The bottom line is what kind of platform gives the best bang for the buck. Choosing a cloud based solution will render any and all activity on the server to maintain the site as a cost. Making backups, moving data, experimentation -- do not come for free. Every cycle costs money. For a heavily moderated system such as this, those costs will add up. Having a dedicated "ferry-boat" sized capability with a "row-boat" cost gives the site a benefit of not being billed for administrative and routine actions on the site.

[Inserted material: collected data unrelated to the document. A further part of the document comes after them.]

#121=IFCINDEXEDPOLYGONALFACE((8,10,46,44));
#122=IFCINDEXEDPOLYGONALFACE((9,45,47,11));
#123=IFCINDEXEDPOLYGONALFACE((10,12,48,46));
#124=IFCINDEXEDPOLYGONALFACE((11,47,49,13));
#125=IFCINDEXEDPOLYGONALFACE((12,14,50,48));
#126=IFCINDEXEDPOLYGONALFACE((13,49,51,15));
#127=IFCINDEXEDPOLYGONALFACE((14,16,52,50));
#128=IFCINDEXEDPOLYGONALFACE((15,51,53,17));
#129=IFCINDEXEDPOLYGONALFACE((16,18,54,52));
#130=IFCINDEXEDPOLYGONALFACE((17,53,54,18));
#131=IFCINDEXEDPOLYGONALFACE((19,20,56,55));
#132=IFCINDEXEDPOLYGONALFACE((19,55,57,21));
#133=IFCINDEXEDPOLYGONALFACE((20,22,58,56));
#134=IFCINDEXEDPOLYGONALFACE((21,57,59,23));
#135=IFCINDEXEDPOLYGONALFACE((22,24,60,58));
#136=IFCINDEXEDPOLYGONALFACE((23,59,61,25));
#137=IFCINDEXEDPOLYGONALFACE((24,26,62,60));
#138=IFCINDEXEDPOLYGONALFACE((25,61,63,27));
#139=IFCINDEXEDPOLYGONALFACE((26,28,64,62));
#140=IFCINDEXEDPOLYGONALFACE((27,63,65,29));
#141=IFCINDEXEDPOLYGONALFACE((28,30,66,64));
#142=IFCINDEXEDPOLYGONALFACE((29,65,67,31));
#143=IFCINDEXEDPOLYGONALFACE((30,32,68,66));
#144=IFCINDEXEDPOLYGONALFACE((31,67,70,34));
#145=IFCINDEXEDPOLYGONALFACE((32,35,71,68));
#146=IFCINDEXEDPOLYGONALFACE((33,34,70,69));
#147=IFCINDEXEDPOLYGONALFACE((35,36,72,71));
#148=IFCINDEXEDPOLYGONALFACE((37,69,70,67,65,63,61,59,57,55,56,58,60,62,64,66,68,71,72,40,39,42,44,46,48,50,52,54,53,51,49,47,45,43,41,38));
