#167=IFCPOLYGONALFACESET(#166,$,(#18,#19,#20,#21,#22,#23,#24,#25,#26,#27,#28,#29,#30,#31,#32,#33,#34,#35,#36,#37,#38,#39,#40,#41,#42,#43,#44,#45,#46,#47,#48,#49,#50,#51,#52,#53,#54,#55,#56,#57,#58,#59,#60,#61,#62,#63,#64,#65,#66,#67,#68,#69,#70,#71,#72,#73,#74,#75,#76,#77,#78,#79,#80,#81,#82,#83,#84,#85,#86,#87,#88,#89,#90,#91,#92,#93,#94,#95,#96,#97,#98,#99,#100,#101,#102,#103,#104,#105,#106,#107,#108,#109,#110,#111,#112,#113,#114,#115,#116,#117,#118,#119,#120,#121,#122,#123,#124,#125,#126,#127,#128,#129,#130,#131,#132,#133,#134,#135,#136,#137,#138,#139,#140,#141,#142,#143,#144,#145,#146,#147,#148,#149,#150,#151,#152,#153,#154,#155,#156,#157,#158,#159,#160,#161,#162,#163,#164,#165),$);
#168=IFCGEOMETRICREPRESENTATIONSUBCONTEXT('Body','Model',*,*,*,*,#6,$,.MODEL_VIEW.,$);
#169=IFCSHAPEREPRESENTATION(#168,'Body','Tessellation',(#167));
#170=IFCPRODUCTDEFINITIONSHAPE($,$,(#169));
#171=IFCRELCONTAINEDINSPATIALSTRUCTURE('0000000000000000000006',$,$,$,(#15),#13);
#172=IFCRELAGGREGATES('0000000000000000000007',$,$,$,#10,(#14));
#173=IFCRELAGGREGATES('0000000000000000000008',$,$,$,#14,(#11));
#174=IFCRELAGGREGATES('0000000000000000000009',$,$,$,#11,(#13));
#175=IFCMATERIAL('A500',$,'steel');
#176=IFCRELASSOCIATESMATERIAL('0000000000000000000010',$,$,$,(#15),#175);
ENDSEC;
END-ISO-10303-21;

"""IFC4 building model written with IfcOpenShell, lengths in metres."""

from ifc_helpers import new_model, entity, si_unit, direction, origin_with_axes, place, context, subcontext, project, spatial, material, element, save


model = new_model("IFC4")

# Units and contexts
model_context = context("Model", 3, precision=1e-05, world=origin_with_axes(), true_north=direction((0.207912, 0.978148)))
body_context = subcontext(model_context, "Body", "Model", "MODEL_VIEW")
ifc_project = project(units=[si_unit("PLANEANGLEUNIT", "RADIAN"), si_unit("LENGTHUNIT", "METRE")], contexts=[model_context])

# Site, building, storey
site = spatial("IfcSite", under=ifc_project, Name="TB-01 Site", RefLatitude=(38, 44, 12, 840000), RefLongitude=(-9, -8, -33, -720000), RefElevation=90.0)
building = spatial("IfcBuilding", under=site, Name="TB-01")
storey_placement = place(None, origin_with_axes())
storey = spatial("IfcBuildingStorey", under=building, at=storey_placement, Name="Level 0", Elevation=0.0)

Last, the sheer amount of customization and setup that makes a site simple to maintain is easier to do when the box is either co-located or rented. Co-location was never a real possibility as explained . Cloud options also limit the degree to which customization can be made. It really comes down to choosing a dedicated server rental that has the right amount of processing power and gaining the benefit of the fat-pipe network that comes with it.

Options

  1. https://us.ovhcloud.com/bare-metal/advance/adv-1/

  2. TBD. I will need to keep digging around looking for comparable options, but the "advance-1" scale and baseline CPU performance is what should be considered. The benchmark is around 15000 compared to the 5500-6000 benchmark of what the site currently runs. I'd prefer to use Intel over AMD processing parts. They are machine-instruction compatible (IA64) but their silicon design principles are different. I've seen (anecdotally) that the Intel based silicon is a better performance decision over AMD.

  3. TBD. I also would advise against SSD. The HDD today are fast and reliable and cheap enough for what we want to do. Our site is not benefiting from SSD, it benefits from large space available to store media. Having the speed improvement of SSD is offset by the cost of having equal sized storage in SSD compared to HDD.

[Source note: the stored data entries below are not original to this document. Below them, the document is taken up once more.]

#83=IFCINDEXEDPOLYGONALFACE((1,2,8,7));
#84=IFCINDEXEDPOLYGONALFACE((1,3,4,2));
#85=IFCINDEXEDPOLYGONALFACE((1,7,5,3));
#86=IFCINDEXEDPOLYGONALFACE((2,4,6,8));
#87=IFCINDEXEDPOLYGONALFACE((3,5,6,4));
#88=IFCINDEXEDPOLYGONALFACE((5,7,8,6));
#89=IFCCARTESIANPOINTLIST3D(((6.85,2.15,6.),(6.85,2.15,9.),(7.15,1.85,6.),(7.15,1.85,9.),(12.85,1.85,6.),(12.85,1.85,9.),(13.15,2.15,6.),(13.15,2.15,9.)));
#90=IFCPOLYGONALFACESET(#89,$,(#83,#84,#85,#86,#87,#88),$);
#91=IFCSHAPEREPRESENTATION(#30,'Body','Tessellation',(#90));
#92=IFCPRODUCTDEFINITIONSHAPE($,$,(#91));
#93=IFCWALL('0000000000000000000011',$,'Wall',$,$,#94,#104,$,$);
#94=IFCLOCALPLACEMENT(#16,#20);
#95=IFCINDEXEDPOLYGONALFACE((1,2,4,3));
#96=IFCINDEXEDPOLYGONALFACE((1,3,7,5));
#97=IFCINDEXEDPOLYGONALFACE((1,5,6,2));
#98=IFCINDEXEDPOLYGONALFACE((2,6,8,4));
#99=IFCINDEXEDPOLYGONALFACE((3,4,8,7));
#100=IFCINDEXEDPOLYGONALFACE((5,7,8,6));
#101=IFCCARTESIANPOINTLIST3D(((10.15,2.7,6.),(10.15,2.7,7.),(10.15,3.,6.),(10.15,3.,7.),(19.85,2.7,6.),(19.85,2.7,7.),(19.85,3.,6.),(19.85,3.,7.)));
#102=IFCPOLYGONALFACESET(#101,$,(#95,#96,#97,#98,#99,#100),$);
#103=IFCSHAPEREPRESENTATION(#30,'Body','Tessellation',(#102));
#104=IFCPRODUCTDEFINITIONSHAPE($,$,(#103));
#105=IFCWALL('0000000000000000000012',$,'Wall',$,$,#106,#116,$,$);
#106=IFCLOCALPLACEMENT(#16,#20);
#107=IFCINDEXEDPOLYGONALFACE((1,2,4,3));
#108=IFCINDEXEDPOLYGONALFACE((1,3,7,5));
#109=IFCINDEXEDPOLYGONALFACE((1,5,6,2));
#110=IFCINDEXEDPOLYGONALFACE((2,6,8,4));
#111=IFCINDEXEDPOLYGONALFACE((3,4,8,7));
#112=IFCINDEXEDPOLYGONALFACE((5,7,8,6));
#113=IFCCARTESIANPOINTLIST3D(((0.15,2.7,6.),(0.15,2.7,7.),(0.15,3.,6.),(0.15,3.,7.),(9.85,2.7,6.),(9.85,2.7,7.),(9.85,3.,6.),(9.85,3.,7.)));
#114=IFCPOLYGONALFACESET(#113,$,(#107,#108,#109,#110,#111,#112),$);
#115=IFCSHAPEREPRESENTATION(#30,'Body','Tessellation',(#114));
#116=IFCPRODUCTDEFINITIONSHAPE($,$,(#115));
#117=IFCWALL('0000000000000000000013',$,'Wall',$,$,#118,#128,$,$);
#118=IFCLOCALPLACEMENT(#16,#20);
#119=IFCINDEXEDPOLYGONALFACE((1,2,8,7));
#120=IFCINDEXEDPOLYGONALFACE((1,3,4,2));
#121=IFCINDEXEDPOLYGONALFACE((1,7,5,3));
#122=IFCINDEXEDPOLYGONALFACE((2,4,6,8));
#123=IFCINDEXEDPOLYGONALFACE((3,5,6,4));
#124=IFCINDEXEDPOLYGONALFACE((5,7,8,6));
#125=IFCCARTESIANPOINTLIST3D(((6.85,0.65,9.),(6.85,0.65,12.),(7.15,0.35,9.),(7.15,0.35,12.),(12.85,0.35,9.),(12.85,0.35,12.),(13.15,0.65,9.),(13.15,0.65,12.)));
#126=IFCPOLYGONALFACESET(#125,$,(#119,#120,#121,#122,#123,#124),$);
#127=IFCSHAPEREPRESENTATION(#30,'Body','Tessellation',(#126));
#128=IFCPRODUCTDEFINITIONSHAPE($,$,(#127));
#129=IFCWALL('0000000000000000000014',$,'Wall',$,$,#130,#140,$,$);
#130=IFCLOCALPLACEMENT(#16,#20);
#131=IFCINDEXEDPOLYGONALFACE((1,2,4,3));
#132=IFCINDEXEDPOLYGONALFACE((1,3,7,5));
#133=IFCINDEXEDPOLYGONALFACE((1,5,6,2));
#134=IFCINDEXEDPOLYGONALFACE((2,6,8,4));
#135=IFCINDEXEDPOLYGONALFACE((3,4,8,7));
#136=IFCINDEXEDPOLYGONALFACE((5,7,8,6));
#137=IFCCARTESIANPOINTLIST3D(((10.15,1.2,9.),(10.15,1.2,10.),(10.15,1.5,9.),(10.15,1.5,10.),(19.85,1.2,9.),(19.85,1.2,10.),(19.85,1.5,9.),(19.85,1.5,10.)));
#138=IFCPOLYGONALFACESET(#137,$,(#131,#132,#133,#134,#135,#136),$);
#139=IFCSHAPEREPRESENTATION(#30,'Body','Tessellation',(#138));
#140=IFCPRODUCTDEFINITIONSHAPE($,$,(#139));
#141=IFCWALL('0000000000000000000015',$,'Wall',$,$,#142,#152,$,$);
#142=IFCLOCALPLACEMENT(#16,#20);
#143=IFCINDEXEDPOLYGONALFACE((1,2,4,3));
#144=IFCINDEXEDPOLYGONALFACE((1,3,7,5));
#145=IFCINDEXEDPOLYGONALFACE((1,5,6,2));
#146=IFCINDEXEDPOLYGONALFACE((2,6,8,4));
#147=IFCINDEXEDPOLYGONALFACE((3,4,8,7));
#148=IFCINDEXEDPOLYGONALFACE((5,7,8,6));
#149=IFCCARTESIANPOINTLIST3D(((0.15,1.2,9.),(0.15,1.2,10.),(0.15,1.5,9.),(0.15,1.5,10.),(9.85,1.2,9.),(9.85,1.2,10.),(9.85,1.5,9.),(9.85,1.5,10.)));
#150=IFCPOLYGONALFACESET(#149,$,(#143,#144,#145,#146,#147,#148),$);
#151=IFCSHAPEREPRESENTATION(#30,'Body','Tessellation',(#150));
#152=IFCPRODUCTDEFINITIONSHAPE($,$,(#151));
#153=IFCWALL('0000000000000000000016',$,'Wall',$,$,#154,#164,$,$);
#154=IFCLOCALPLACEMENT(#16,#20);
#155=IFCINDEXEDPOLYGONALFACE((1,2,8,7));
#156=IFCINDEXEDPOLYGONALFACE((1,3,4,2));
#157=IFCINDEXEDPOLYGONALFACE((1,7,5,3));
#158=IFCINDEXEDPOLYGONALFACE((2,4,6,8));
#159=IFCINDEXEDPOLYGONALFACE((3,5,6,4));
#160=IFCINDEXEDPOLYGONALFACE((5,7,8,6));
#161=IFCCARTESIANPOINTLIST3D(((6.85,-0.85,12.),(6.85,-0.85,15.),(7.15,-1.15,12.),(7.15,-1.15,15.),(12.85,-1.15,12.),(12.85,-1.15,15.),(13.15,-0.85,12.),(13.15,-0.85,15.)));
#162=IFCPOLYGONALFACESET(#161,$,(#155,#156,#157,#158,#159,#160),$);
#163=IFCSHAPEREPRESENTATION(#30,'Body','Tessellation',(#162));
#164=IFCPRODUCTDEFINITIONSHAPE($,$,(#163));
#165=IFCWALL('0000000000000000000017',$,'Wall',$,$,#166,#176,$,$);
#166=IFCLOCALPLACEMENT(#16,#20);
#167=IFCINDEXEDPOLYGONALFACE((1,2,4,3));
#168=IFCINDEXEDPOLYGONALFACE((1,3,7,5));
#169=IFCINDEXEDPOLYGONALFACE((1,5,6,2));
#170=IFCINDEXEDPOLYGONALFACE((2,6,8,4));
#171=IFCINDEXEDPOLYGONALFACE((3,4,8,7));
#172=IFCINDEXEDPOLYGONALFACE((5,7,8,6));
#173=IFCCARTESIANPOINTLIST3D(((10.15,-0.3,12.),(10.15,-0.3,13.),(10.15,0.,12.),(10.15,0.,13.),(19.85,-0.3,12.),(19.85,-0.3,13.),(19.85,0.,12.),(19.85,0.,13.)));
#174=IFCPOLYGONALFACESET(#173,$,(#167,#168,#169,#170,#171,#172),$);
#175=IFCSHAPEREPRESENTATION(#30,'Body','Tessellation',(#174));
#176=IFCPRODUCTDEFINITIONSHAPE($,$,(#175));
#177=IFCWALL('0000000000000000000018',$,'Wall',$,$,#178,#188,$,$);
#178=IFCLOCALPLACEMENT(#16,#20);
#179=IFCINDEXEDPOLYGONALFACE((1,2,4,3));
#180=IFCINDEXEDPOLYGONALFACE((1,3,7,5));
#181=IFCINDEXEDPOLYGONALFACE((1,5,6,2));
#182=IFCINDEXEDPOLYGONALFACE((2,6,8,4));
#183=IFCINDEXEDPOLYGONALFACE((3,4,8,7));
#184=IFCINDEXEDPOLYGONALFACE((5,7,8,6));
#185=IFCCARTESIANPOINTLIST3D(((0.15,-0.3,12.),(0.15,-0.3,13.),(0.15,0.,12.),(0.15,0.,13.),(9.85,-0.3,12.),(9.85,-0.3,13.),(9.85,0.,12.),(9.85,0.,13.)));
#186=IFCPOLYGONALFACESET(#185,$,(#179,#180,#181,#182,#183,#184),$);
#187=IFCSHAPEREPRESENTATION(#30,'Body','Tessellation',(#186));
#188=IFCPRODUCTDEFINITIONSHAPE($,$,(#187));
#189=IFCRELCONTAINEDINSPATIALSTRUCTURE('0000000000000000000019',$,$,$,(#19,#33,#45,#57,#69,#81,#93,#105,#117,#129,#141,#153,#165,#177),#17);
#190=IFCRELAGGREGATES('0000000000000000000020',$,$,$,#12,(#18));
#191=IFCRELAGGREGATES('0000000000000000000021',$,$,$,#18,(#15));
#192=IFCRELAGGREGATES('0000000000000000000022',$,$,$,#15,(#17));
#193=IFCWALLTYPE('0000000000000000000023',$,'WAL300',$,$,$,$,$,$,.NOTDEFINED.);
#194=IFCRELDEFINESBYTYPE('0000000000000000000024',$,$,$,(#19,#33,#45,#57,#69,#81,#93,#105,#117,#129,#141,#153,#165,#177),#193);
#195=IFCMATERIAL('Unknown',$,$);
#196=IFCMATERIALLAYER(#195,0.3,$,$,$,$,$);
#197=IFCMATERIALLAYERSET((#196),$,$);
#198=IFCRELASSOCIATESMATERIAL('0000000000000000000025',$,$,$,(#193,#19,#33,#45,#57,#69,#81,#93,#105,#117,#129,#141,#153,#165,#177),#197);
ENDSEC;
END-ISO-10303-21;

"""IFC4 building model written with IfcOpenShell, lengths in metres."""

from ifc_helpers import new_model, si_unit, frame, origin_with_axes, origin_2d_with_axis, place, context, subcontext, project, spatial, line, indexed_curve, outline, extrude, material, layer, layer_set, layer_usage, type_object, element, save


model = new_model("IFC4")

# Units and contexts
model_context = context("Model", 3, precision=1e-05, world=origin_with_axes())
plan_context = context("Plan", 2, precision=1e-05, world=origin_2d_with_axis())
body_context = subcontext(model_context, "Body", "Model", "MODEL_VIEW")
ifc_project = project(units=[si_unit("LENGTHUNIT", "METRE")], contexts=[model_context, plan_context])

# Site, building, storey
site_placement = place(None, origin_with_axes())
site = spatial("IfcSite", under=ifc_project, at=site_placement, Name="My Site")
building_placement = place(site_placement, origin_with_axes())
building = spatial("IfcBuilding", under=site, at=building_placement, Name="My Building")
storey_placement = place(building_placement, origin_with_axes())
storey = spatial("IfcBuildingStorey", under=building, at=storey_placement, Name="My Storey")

  4. TBD. Last, (again) the situation of the datacenter in terms of the backbone connected is a very important feature of the selection. Geographically we want a data center that is on the well-routed path. East coast is generally good, North-midwest can be good and has good route to EU (as does East coast). West coast is obviously well routed but the span across the NA continent does add a tiny bit of latency that would not be there if it was hosted in the North or East. I'm ruling out hosting in EU or Asia.

Homework

The homework assignment is to find vendors of rented silicon that address these coarse grained objectives for the hardware platform of the site.

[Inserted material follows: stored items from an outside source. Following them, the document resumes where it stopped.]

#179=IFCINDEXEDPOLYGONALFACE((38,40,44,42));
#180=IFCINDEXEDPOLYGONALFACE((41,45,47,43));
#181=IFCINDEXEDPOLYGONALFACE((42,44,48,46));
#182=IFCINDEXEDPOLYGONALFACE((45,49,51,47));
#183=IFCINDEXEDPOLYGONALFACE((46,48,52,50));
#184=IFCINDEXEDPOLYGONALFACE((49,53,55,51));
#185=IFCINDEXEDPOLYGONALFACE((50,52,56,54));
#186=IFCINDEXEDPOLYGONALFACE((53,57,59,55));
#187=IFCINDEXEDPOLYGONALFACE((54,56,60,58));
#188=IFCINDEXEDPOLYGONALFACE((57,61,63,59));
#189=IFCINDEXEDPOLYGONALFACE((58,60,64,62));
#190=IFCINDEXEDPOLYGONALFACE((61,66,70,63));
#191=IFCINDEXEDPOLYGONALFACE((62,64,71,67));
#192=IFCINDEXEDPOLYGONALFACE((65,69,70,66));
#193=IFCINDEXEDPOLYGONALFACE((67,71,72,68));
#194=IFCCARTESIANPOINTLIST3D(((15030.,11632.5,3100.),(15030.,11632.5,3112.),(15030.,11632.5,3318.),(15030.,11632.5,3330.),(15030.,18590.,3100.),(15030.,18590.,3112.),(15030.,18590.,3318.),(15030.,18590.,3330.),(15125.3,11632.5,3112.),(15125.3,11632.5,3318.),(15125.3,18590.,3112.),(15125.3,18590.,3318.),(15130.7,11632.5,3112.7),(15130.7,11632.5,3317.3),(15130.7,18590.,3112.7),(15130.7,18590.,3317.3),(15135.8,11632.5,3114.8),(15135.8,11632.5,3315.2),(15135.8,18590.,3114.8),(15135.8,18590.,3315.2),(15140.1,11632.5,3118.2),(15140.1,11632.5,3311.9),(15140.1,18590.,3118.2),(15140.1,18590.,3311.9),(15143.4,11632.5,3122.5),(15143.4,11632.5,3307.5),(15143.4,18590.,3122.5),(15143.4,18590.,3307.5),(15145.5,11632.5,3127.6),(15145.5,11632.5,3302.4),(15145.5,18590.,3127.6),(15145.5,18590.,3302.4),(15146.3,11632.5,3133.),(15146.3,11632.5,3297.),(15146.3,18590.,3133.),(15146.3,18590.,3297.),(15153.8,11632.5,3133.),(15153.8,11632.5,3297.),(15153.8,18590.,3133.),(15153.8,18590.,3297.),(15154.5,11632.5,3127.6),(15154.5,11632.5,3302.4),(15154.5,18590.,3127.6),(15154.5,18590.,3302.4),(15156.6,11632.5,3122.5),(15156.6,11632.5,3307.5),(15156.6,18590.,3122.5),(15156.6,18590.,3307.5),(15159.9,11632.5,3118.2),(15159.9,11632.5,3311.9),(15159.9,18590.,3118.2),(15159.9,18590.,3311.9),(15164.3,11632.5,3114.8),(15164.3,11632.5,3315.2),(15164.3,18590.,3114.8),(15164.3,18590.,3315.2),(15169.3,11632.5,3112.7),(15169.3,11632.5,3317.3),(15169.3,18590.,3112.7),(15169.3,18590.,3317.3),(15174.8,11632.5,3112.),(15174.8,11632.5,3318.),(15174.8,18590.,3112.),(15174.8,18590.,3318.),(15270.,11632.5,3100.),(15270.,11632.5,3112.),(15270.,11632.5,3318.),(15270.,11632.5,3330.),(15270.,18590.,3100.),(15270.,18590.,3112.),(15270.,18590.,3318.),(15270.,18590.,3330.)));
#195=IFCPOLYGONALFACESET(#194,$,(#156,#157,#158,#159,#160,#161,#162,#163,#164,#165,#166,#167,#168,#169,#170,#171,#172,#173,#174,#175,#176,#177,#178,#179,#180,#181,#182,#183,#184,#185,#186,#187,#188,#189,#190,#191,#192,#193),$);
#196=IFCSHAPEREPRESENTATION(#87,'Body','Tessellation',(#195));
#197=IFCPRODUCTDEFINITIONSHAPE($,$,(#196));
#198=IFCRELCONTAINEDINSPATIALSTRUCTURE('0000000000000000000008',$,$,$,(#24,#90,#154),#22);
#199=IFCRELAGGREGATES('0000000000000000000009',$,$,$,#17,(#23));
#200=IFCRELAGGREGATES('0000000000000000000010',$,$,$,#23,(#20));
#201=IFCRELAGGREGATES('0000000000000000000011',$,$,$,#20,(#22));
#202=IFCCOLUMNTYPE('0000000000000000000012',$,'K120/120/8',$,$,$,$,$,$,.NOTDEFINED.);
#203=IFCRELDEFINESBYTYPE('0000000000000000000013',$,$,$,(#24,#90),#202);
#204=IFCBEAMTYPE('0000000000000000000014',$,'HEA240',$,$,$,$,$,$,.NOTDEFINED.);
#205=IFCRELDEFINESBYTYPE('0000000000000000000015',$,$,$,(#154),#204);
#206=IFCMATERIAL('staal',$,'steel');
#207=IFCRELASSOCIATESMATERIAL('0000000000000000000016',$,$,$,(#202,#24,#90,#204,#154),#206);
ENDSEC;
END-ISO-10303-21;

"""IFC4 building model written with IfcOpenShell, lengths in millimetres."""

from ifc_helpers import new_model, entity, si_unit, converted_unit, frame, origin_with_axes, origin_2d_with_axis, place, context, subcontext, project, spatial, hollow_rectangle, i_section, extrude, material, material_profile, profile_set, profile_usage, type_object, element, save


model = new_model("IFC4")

I have about 6-7 years of background with OVH. There are others out there that are comparable. Let's find them.

Addendum

I did have a conversation with the AWS sales engineer about this approach of using the Cloud and the expressed message I got from them was the billing of use is not a sliding scale. One has to choose the initial "size" of the computing unit up front and the minimum billing is based on that. I still will try to track down more definite answer from AWS on this question since at first I was not keen on their answer, but perhaps there is some kind of product in their offering that actually serves us for our goals.